I have a simple inequality that looks like:
$$|x+1|\leq|2x+3|$$
I am trying to solve for this by squaring both sides and finding my x values, how come I can't do this? The rule is that if the inequality holds true for all values of x I can square it, but when I solve for my x values this isn't the correct answer. Is this a valid way to solve this type of inequality?

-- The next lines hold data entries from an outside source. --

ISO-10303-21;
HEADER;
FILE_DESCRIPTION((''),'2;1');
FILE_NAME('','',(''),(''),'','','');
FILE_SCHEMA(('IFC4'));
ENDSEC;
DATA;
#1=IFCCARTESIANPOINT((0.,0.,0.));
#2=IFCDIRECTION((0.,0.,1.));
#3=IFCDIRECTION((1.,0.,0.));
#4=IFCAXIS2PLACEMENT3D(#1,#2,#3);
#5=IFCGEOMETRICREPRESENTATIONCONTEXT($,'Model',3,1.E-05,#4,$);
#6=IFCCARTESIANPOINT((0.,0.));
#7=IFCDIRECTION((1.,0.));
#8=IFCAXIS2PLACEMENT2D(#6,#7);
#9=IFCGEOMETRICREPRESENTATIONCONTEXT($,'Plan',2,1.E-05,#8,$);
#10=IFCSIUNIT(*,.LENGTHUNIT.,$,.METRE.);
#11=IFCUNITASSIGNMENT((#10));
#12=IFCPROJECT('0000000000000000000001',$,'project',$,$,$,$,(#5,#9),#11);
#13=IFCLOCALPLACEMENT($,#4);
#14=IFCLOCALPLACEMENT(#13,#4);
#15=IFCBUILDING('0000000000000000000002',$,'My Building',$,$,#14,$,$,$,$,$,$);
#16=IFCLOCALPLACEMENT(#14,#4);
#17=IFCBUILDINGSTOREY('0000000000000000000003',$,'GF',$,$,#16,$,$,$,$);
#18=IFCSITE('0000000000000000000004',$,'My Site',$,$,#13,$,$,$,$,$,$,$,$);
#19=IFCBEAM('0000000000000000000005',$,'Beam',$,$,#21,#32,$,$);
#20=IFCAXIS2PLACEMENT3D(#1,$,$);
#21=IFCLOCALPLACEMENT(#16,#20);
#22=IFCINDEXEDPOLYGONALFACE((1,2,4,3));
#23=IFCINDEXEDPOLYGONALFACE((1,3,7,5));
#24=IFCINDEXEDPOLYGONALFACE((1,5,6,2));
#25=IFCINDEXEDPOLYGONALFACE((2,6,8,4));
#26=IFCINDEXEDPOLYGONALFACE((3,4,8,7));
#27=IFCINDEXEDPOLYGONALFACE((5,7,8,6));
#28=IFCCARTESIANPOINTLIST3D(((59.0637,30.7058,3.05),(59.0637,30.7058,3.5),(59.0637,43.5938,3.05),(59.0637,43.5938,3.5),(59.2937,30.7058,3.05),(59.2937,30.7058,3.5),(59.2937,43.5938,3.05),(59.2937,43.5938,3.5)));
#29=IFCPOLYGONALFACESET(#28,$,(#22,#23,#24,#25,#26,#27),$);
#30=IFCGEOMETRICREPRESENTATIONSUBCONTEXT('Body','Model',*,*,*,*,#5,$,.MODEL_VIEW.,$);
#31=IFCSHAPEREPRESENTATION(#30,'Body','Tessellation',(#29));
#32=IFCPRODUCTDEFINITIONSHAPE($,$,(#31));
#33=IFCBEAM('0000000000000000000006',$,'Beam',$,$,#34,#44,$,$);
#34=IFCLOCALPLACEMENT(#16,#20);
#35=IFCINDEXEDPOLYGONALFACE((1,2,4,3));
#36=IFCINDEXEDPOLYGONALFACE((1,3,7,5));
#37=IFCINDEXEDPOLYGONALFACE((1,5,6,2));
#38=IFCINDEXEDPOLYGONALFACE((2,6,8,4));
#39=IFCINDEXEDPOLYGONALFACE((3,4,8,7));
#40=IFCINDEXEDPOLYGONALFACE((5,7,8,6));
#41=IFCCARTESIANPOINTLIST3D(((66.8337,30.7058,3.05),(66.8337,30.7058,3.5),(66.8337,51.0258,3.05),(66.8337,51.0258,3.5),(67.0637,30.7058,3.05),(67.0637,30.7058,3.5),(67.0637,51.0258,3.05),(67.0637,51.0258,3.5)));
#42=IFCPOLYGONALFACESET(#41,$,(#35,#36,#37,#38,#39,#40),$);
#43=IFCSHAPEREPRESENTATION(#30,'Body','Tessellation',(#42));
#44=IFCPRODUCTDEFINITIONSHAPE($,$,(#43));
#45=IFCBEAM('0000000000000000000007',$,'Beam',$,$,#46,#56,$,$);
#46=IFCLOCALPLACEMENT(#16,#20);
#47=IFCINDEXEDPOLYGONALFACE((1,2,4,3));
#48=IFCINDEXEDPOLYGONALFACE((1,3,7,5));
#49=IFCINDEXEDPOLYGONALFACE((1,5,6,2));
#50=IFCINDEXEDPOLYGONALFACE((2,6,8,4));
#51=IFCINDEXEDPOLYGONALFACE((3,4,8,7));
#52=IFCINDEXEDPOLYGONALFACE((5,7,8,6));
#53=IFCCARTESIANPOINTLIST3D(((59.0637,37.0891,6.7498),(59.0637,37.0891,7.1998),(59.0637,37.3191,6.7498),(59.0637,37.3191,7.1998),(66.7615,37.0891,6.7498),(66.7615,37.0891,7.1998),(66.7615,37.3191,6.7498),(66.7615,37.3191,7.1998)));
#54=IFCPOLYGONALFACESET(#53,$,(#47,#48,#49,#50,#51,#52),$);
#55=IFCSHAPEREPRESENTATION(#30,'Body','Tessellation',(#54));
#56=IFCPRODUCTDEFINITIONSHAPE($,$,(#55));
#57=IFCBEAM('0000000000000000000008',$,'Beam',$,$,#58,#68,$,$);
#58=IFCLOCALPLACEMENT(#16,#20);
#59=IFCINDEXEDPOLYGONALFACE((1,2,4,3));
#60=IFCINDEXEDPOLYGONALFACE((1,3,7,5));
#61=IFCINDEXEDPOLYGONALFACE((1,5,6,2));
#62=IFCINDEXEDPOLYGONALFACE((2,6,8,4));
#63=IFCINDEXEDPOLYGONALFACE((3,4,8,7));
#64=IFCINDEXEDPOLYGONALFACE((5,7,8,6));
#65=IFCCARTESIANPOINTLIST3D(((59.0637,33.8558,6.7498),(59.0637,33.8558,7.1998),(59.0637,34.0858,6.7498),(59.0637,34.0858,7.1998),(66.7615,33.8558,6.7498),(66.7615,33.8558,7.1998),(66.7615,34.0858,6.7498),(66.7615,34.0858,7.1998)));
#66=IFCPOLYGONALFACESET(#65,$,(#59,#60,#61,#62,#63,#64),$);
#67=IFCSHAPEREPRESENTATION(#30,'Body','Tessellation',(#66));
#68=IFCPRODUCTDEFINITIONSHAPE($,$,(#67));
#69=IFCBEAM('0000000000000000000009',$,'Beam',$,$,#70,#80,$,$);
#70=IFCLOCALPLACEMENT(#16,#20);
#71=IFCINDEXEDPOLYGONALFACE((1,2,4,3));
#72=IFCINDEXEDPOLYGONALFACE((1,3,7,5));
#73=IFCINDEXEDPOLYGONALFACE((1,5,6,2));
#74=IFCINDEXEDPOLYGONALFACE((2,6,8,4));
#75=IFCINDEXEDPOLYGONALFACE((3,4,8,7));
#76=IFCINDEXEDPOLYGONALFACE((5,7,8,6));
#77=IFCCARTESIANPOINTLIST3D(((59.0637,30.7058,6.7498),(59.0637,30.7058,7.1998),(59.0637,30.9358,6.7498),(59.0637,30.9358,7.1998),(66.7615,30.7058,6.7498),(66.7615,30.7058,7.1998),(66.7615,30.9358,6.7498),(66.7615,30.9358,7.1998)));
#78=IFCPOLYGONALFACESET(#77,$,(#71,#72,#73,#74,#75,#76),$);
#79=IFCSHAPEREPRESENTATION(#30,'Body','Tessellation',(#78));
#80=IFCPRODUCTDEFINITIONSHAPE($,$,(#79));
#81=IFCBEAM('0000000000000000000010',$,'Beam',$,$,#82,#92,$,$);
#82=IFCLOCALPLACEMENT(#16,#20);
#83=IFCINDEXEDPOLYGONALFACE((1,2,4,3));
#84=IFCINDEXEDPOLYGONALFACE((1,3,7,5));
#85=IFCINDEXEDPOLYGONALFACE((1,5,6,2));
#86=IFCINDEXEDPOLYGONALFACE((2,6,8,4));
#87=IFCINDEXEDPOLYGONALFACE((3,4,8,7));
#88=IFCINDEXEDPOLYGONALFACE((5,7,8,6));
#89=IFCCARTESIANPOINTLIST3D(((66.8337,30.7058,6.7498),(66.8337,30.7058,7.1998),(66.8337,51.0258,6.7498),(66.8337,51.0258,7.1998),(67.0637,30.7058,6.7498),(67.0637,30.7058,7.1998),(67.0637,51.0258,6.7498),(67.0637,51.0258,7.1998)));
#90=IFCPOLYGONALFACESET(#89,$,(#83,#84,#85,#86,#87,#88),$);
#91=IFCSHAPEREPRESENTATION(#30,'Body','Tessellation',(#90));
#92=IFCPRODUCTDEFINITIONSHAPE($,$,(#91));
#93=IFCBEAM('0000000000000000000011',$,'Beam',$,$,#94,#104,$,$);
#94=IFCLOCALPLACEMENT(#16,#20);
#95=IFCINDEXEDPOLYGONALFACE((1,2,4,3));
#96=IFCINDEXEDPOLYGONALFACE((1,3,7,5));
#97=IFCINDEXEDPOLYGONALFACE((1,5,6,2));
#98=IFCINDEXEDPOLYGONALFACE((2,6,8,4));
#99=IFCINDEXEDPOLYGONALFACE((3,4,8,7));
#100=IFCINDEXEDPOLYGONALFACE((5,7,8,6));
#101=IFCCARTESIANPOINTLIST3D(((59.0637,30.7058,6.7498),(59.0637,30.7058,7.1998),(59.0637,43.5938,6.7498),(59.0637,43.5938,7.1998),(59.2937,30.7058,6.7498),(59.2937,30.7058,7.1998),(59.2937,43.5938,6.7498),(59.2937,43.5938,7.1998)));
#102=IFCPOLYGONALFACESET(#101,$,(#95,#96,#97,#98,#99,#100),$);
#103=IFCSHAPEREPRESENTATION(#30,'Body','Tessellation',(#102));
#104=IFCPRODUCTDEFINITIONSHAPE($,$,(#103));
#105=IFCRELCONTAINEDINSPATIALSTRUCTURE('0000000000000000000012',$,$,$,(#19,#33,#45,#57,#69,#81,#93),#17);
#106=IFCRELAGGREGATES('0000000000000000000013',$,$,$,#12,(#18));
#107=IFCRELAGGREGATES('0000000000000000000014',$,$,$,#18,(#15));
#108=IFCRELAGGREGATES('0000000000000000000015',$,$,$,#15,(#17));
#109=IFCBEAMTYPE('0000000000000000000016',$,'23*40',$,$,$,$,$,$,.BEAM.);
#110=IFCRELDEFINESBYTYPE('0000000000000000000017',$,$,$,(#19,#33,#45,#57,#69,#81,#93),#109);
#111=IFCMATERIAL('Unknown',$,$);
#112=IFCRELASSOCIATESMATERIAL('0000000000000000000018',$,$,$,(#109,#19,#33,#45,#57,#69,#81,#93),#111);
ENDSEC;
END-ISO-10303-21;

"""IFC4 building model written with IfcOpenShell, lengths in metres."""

from ifc_helpers import new_model, si_unit, frame, origin_with_axes, origin_2d_with_axis, place, context, subcontext, project, spatial, rectangle, extrude, material, material_profile, profile_set, profile_usage, type_object, element, save


model = new_model("IFC4")

# Units and contexts
model_context = context("Model", 3, precision=1e-05, world=origin_with_axes())
plan_context = context("Plan", 2, precision=1e-05, world=origin_2d_with_axis())
body_context = subcontext(model_context, "Body", "Model", "MODEL_VIEW")
ifc_project = project(units=[si_unit("LENGTHUNIT", "METRE")], contexts=[model_context, plan_context])

# Site, building, storey
site_placement = place(None, origin_with_axes())
site = spatial("IfcSite", under=ifc_project, at=site_placement, Name="My Site")
building_placement = place(site_placement, origin_with_axes())
building = spatial("IfcBuilding", under=site, at=building_placement, Name="My Building")
storey_placement = place(building_placement, origin_with_axes())
storey = spatial("IfcBuildingStorey", under=building, at=storey_placement, Name="GF")

# Shared definitions
ifc_material = material(Name="Unknown")

# Beams
ifc_material_profile_1 = material_profile(ifc_material, rectangle(XDim=0.23, YDim=0.45))
ifc_profile_set_1 = profile_set([ifc_material_profile_1])
beam_type = type_object("IfcBeamType", Name="23*40", PredefinedType="BEAM", material=ifc_profile_set_1)
ifc_profile_usage_1 = profile_usage(ifc_profile_set_1, cardinal=5)
beam_1_placement = place(storey_placement, frame((59.1787, 30.7058, 3.275), z_axis=(0.0, 1.0, 0.0), x_axis=(-1.0, 0.0, 0.0)))
element("IfcBeam", 1, at=beam_1_placement, inside=storey, type_object=beam_type, material=ifc_profile_usage_1, Name="Beam", context=body_context, shape_type="SweptSolid", body=[
    extrude(rectangle(XDim=0.23, YDim=0.45), origin_with_axes(), (0.0, 0.0, 1.0), 12.888),
])
ifc_profile_usage_2 = profile_usage(ifc_profile_set_1, cardinal=5)
beam_2_placement = place(storey_placement, frame((66.9487, 30.7058, 3.275), z_axis=(0.0, 1.0, 0.0), x_axis=(-1.0, 0.0, 0.0)))
element("IfcBeam", 2, at=beam_2_placement, inside=storey, type_object=beam_type, material=ifc_profile_usage_2, Name="Beam", context=body_context, shape_type="SweptSolid", body=[
    extrude(rectangle(XDim=0.23, YDim=0.45), origin_with_axes(), (0.0, 0.0, 1.0), 20.32),
])
ifc_profile_usage_3 = profile_usage(ifc_profile_set_1, cardinal=5)
beam_3_placement = place(storey_placement, frame((59.0637, 37.2041, 6.9748), z_axis=(1.0, 0.0, 0.0), x_axis=(0.0, 1.0, 0.0)))
element("IfcBeam", 3, at=beam_3_placement, inside=storey, type_object=beam_type, material=ifc_profile_usage_3, Name="Beam", context=body_context, shape_type="SweptSolid", body=[
    extrude(rectangle(XDim=0.23, YDim=0.45), origin_with_axes(), (0.0, 0.0, 1.0), 7.6978),
])
ifc_profile_usage_4 = profile_usage(ifc_profile_set_1, cardinal=5)
beam_4_placement = place(storey_placement, frame((59.0637, 33.9708, 6.9748), z_axis=(1.0, 0.0, 0.0), x_axis=(0.0, 1.0, 0.0)))
element("IfcBeam", 4, at=beam_4_placement, inside=storey, type_object=beam_type, material=ifc_profile_usage_4, Name="Beam", context=body_context, shape_type="SweptSolid", body=[
    extrude(rectangle(XDim=0.23, YDim=0.45), origin_with_axes(), (0.0, 0.0, 1.0), 7.6978),
])
ifc_profile_usage_5 = profile_usage(ifc_profile_set_1, cardinal=5)
beam_5_placement = place(storey_placement, frame((59.0637, 30.8208, 6.9748), z_axis=(1.0, 0.0, 0.0), x_axis=(0.0, 1.0, 0.0)))
element("IfcBeam", 5, at=beam_5_placement, inside=storey, type_object=beam_type, material=ifc_profile_usage_5, Name="Beam", context=body_context, shape_type="SweptSolid", body=[
    extrude(rectangle(XDim=0.23, YDim=0.45), origin_with_axes(), (0.0, 0.0, 1.0), 7.6978),
])
ifc_profile_usage_6 = profile_usage(ifc_profile_set_1, cardinal=5)
beam_6_placement = place(storey_placement, frame((66.9487, 30.7058, 6.9748), z_axis=(0.0, 1.0, 0.0), x_axis=(-1.0, 0.0, 0.0)))
element("IfcBeam", 6, at=beam_6_placement, inside=storey, type_object=beam_type, material=ifc_profile_usage_6, Name="Beam", context=body_context, shape_type="SweptSolid", body=[
    extrude(rectangle(XDim=0.23, YDim=0.45), origin_with_axes(), (0.0, 0.0, 1.0), 20.32),
])
ifc_profile_usage_7 = profile_usage(ifc_profile_set_1, cardinal=5)
beam_7_placement = place(storey_placement, frame((59.1787, 30.7058, 6.9748), z_axis=(0.0, 1.0, 0.0), x_axis=(-1.0, 0.0, 0.0)))
element("IfcBeam", 7, at=beam_7_placement, inside=storey, type_object=beam_type, material=ifc_profile_usage_7, Name="Beam", context=body_context, shape_type="SweptSolid", body=[
    extrude(rectangle(XDim=0.23, YDim=0.45), origin_with_axes(), (0.0, 0.0, 1.0), 12.888),
])

save(model, "model.ifc")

The answer should be $x\leq-2$ or $x \geq -4/3$ but squaring both sides won't give this result.
On
Why not? $(|x+1|)^2\le (|2x+3|)^2$, $(x+1)^2\le (2x+3)^2$, $(x+1)^2-(2x+3)^2\le 0$ $$(x+1)^2-(2x+3)^2=(x+1-2x-3)(x+1+2x+3)=(-x-2)(3x+4) \le 0$$ $$x\le-2, x\ge -4/3$$
On
$|a|^2 = a^2$ and $|a| \ge 0$ so of course you can square both sides.
What you can't do is if $x < y$ you can't say that $x^2 < y^2$ because you do not know if $x$ or $y$ are positive or not. If $x < y < 0$ then $x^2 > y^2$. And if $x < 0 <y$ then maybe $x^2 > y^2$ (if $|x| > |y|$ or $x^2 < y^2$ (if $|x| < |y|)$ or $x^2 = y^2$ (if $|x| = |y|$).
$0 \le |x+1| \le |2x + 3|$ so
so yes, $|x+1|^2 = (x+1)^2 \le |2x + 3|^2 = (2x + 3)^2$.
But that might or might not make things easier.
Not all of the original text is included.